Dois jogos, um sentimento

Analisando os dois últimos jogos do Grêmio, o primeiro deles a final da Taça Piratini e o segundo, contra o Cruzeirinho, apesar da diferença dos times utilizados pelo tricolor, geraram conclusões coincidentes.
A primeira delas, verificada contra o Caxias, é que o Grêmio não tem um time titular com qualidade suficiente para chegar ao título da Libertadores. Não é corneta, tampouco oportunismo: é um fato. Desde a saída de Jonas, o Grêmio não se alinhou.
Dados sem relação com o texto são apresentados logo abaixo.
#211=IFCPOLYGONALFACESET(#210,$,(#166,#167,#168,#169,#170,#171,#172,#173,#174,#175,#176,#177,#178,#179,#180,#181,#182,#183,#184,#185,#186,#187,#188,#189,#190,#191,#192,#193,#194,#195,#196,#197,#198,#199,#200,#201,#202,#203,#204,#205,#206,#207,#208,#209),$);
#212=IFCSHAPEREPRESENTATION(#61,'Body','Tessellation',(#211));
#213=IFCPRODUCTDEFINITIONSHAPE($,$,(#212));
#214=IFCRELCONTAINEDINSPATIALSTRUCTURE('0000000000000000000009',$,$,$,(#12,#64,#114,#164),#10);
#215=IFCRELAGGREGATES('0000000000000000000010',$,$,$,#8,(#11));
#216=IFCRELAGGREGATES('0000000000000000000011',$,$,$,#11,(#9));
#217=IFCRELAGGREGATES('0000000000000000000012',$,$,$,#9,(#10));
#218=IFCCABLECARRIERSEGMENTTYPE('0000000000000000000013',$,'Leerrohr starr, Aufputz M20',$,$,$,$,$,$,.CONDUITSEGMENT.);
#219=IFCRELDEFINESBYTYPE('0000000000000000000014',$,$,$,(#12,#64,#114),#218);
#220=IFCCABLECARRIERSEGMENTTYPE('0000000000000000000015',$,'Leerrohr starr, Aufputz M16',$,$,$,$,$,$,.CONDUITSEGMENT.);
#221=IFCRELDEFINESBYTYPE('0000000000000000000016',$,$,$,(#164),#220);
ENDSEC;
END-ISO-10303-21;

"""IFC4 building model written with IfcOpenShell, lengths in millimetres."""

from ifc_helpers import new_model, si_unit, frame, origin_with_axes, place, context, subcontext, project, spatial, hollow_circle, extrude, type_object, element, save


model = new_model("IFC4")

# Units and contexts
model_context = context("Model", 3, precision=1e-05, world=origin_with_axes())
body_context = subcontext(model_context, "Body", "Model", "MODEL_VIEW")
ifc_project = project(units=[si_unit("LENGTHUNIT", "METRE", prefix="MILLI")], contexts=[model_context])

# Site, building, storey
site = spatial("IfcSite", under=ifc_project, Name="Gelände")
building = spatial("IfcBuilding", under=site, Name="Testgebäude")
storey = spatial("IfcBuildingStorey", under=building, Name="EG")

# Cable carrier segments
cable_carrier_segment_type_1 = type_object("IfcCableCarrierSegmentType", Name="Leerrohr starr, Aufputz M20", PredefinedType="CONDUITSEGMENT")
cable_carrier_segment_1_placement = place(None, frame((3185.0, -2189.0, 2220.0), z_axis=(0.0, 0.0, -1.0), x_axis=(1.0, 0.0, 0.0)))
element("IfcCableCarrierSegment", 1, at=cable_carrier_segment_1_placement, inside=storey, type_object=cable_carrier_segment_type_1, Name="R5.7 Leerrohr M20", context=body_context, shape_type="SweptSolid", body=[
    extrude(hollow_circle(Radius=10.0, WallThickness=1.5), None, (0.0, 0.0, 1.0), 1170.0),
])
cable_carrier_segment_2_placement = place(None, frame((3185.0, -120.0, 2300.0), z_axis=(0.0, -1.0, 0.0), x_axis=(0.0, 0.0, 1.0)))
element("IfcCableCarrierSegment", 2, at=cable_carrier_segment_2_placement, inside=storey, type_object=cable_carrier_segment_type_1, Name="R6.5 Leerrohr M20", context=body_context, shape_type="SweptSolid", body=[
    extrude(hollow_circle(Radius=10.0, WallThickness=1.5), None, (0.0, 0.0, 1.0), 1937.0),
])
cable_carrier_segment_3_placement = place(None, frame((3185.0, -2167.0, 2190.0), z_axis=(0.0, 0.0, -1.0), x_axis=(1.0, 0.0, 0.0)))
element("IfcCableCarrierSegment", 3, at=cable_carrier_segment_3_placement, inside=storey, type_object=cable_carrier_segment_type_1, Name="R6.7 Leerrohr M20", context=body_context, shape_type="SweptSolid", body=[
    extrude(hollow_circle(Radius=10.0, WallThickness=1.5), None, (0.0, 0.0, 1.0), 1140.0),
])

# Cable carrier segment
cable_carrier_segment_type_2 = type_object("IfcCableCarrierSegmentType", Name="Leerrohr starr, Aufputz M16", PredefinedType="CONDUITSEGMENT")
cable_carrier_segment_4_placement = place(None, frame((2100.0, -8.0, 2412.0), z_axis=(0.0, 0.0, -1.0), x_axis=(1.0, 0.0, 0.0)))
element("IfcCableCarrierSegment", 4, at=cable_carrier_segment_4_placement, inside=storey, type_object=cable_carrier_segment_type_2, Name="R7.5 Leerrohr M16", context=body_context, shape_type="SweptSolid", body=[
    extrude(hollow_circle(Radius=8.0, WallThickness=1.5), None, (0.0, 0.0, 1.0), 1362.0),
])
Além disso, o prometido substituto do ex-camisa 7, ainda não chegou. Outro fator determinante é a escancarada carência em algumas posições. A lateral esquerda, por exemplo, é ridícula.
A decepção contra o Cruzeirinho ficou por conta do plantel tricolor. Paupérrimo. Em poucos nota-se alguma utilidade. Já a base do Grêmio, nunca esteve tão pouco proveitosa.
O sentimento que percebo depois dessas duas partidas, apesar do título do primeiro turno é só um: preocupação.

Renato e o Fluminense
O namoro entre o Fluminense e o técnico Renato não me surpreende. As declarações dele para o pseudo-jornalista Kajuru falam por si. Renato, tratado como semi-Deus no Olímpico, não é tão diferente de tantos outros que já passaram por aqui. E prova que, apesar da idolatria que recebe, seu amor também tem um preço.

Vendido
O Grêmio vendeu os direitos de transmissão à Rede Globo. Foi o primeiro a fechar negócio com a empresa, selando o rompimento com o Clube dos 13. Apesar da melhora nos valores, a decisão foi claramente política. Desafeto de Fábio Koff há anos dentro do Olímpico, Odone - o político, fez questão de cutucar o centenário dirigente na entrevista no qual comunicou o acordo.
Ademais, Odone, o político, precipitou-se em ser o primeiro afiliado da Globo. Certamente os clubes que fizerem jogo duro com a emissora, até as vésperas do próximo ano, ganharão fatias melhores. Como as cotas agora são negociadas individualmente, nada melhor que barganhar.
Nesse episódio o presidente Odone, o político, com o perdão da redundância, mais uma vez foi político.